On Friday, 19 May 2017 at 15:45:28 UTC, Mike Parker wrote:
DIP 1008 is titled "Exceptions and @nogc".
https://github.com/dlang/DIPs/blob/master/DIPs/DIP1008.md
All review-related feedback on and discussion of the DIP should
occur in this thread. The review period will end at 11:59 PM ET
on June 2 (3:59 AM GMT June 3), or when I make a post declaring
it complete.
At the end of Round 1, if further review is deemed necessary,
the DIP will be scheduled for another round. Otherwise, it will
be queued for the formal review and evaluation by the language
authors.
Extensive discussion of this DIP has already taken place in two
threads, both linked from the document. You may find it
beneficial to skim through those threads before posting any
feedback here.
Thanks in advance to all who participate.
Destroy!
As many others, I dislike special-casing "throw new" and enough
has been said about that.
I also don't like adding hooks to druntime, or that by doing so
the allocation strategy is baked in (but I guess only when using
the `new` operator so there's that).
I think maybe the problem isn't with `throw` but with `catch`.

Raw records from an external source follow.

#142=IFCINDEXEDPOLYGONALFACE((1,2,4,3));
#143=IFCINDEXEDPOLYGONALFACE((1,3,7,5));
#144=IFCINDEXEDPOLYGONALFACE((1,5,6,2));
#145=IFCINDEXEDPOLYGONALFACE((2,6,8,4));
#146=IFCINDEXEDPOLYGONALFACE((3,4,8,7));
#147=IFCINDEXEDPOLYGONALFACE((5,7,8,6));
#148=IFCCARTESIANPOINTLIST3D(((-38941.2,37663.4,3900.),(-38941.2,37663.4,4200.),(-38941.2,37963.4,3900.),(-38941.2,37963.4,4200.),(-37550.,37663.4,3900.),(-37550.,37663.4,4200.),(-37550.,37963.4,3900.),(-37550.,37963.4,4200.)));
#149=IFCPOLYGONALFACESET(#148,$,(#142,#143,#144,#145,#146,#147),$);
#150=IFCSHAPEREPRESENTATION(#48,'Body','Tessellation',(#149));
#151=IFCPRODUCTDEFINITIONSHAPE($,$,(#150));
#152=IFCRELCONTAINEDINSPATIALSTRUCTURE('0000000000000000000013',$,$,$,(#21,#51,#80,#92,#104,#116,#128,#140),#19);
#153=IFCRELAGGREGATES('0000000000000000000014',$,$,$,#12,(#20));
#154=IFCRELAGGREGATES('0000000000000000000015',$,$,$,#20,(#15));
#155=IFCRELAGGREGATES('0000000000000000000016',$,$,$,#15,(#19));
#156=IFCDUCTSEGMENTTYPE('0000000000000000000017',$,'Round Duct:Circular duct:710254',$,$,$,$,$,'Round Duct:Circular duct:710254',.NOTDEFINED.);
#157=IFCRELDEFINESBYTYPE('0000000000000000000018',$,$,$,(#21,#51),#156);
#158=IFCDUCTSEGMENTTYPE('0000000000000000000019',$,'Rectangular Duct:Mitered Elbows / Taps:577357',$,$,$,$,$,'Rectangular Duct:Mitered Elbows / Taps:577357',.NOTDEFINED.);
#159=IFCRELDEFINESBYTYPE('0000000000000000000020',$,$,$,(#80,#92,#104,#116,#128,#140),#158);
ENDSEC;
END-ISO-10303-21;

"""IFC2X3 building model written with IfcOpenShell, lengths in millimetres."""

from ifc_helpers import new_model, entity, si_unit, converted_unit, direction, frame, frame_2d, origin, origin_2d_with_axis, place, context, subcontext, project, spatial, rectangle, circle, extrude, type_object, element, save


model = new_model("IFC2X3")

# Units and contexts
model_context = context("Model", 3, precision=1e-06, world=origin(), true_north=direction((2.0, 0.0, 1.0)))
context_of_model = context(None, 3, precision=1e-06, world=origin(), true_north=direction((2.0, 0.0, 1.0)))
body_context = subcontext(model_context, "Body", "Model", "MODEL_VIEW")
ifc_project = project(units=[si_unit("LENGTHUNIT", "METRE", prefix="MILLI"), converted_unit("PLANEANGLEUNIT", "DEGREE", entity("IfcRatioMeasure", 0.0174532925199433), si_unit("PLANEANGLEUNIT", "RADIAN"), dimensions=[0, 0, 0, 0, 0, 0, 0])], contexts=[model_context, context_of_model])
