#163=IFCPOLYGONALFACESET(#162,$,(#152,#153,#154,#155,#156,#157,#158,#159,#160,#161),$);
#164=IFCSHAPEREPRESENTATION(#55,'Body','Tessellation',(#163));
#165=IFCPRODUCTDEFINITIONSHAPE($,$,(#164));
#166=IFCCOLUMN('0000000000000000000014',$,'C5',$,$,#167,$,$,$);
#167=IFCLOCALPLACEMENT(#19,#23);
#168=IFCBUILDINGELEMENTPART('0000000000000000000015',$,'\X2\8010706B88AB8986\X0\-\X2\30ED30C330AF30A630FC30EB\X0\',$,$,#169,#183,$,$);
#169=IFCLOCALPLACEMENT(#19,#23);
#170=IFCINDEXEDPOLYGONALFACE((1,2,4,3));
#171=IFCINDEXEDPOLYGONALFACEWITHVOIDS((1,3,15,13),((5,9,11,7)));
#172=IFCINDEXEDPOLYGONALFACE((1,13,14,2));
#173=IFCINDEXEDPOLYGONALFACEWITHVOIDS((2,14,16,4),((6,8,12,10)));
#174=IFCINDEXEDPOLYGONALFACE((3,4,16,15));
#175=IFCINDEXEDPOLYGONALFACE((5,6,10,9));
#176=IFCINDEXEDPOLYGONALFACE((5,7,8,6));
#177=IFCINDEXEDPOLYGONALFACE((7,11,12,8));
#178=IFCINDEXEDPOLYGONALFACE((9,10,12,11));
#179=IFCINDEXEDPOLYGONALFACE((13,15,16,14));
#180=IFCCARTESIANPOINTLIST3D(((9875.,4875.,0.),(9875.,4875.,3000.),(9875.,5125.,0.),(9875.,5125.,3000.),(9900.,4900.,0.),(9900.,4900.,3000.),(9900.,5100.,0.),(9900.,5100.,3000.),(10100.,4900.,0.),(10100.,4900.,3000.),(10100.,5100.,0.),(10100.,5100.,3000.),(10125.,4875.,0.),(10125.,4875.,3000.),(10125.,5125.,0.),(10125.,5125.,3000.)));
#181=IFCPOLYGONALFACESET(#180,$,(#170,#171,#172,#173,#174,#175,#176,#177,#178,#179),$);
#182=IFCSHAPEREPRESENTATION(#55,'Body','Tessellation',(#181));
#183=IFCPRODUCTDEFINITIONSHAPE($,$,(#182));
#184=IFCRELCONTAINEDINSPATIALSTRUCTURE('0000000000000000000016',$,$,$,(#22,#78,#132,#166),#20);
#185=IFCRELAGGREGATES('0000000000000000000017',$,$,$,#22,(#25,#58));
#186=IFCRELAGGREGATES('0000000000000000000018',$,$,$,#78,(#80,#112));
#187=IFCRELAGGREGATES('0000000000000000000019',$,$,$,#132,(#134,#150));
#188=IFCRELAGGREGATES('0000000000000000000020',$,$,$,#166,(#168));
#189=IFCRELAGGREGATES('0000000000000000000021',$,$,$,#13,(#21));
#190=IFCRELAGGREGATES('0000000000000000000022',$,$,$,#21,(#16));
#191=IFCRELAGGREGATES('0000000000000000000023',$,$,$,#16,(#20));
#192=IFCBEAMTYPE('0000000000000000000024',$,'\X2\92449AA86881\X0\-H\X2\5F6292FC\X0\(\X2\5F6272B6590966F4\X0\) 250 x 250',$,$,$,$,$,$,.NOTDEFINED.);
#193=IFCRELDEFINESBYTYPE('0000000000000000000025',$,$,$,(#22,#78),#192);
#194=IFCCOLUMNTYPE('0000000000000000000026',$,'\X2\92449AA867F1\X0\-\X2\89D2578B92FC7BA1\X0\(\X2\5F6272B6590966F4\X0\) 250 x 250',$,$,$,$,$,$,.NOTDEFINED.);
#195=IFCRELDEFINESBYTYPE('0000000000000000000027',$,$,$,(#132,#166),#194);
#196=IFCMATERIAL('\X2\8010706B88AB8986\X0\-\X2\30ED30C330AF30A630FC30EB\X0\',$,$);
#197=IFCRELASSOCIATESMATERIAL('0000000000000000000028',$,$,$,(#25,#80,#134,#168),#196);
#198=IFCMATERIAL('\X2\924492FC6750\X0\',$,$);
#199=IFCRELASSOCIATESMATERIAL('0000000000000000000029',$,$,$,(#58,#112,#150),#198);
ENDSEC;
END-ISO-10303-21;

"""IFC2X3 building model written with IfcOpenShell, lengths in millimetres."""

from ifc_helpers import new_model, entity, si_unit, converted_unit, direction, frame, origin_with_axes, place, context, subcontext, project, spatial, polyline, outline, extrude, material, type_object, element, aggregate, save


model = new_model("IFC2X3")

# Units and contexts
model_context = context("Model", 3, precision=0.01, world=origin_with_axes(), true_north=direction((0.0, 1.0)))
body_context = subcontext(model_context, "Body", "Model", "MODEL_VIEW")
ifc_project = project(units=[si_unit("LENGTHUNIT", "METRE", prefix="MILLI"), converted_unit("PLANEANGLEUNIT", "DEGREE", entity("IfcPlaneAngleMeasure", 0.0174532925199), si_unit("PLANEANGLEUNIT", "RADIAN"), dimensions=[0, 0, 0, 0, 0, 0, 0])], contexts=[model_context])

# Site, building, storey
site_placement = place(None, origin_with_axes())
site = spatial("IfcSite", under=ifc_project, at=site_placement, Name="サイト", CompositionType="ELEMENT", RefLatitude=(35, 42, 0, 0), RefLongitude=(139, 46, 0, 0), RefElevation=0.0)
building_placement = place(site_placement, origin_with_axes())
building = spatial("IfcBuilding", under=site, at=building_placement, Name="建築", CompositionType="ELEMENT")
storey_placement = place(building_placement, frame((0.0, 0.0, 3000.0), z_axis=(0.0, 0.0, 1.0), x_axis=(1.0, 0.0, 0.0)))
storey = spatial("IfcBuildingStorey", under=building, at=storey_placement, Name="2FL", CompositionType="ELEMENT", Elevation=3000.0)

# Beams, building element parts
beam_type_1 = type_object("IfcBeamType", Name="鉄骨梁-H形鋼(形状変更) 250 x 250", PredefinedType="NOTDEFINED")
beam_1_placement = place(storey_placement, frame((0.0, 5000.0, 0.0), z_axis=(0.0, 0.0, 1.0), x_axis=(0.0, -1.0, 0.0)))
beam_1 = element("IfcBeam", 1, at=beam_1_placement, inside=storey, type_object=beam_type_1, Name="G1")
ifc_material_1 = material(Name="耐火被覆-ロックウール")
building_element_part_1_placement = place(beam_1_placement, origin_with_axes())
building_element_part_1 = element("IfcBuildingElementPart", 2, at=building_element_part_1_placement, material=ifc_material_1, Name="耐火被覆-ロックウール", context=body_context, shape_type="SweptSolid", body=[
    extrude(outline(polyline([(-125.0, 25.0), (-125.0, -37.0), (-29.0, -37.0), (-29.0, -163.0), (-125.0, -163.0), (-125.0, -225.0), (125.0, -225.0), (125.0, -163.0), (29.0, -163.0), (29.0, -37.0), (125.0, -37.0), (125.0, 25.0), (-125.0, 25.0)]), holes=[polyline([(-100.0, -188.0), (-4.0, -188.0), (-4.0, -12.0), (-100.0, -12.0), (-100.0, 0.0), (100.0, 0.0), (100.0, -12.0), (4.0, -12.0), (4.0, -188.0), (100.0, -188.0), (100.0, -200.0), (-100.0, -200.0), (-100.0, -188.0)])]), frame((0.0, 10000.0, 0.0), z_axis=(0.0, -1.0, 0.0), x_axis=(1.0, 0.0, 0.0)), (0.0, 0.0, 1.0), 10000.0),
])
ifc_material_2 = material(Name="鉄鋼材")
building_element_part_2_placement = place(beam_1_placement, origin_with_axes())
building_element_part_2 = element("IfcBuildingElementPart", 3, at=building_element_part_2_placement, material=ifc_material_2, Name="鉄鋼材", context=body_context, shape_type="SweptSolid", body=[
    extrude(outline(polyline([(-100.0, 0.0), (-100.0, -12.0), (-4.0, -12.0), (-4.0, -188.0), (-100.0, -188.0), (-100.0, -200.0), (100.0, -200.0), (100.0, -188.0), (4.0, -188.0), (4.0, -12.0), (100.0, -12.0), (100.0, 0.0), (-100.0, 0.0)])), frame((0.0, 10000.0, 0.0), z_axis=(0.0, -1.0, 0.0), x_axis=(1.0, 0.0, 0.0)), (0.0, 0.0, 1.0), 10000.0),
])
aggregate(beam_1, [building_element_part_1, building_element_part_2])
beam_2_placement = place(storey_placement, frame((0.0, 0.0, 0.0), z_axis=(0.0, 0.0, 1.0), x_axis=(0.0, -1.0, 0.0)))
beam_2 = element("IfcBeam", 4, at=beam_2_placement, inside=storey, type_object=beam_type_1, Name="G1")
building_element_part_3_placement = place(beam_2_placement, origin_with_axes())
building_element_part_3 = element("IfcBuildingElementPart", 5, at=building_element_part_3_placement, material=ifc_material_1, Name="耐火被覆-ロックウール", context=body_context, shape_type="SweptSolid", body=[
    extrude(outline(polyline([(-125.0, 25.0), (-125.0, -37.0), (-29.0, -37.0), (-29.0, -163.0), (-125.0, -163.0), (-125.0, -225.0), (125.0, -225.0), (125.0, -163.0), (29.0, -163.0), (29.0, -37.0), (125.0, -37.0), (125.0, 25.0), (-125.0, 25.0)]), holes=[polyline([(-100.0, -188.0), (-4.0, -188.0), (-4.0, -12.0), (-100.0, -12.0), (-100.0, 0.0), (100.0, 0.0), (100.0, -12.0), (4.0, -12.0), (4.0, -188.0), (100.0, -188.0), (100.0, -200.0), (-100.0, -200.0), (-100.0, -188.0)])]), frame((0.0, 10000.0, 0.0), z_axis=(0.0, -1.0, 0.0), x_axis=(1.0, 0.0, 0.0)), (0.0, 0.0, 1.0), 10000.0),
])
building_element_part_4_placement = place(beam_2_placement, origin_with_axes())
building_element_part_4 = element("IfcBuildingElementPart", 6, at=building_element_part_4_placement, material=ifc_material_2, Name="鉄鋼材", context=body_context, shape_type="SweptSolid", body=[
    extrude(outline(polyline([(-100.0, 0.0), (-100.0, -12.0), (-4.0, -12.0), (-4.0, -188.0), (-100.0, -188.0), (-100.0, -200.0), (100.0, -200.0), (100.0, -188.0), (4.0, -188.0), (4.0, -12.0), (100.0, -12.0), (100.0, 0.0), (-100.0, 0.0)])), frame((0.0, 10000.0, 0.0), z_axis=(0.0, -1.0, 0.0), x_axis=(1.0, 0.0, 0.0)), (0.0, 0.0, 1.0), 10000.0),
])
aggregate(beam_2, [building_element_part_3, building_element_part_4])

What if instead we make it so that:
catch(scope T ex) { /*...*/; }
Means:
catch(scope T ex) { /*...*/; ex.__dtor; }
That way whoever is throwing the exception allocates however he
or she sees fit and the memory is handled by the class's
destructor. Sort of proof of concept using malloc (if I did this
for real I'd use std.allocator):
class MallocException: Exception {
char* buffer;
size_t length;
// has to be public or `emplace` won't compile
this(string msg) @nogc {
import core.stdc.stdlib: malloc;
length = msg.length;
buffer = cast(char*)malloc(length);
buffer[0 .. length] = msg[];
super(cast(string)buffer[0 .. length]);
}
~this() @nogc {
import core.stdc.stdlib: free;
free(buffer);
free(cast(void*)this);
}
static MallocException create(string msg) @nogc {
import core.stdc.stdlib: malloc;
import std.conv: emplace;
enum size = __traits(classInstanceSize, MallocException);
auto buf = malloc(size);
return emplace!MallocException(buf[0 .. size], msg);
}
}
void main() @nogc {
try {
import core.stdc.stdlib: malloc;
throw MallocException.create("oops");
} catch(MallocException ex) {
ex.__dtor;
}
}
The code above works today, the annoying thing is having to
invoke the destructor manually (and also knowing it's called
`__dtor`).
This would however mean delaying making phobos @nogc since each
`throw` site would have to be changed.
And if someone never remembers to catch by scope somewhere and is
allocating memory themselves, well... use the GC, Luke.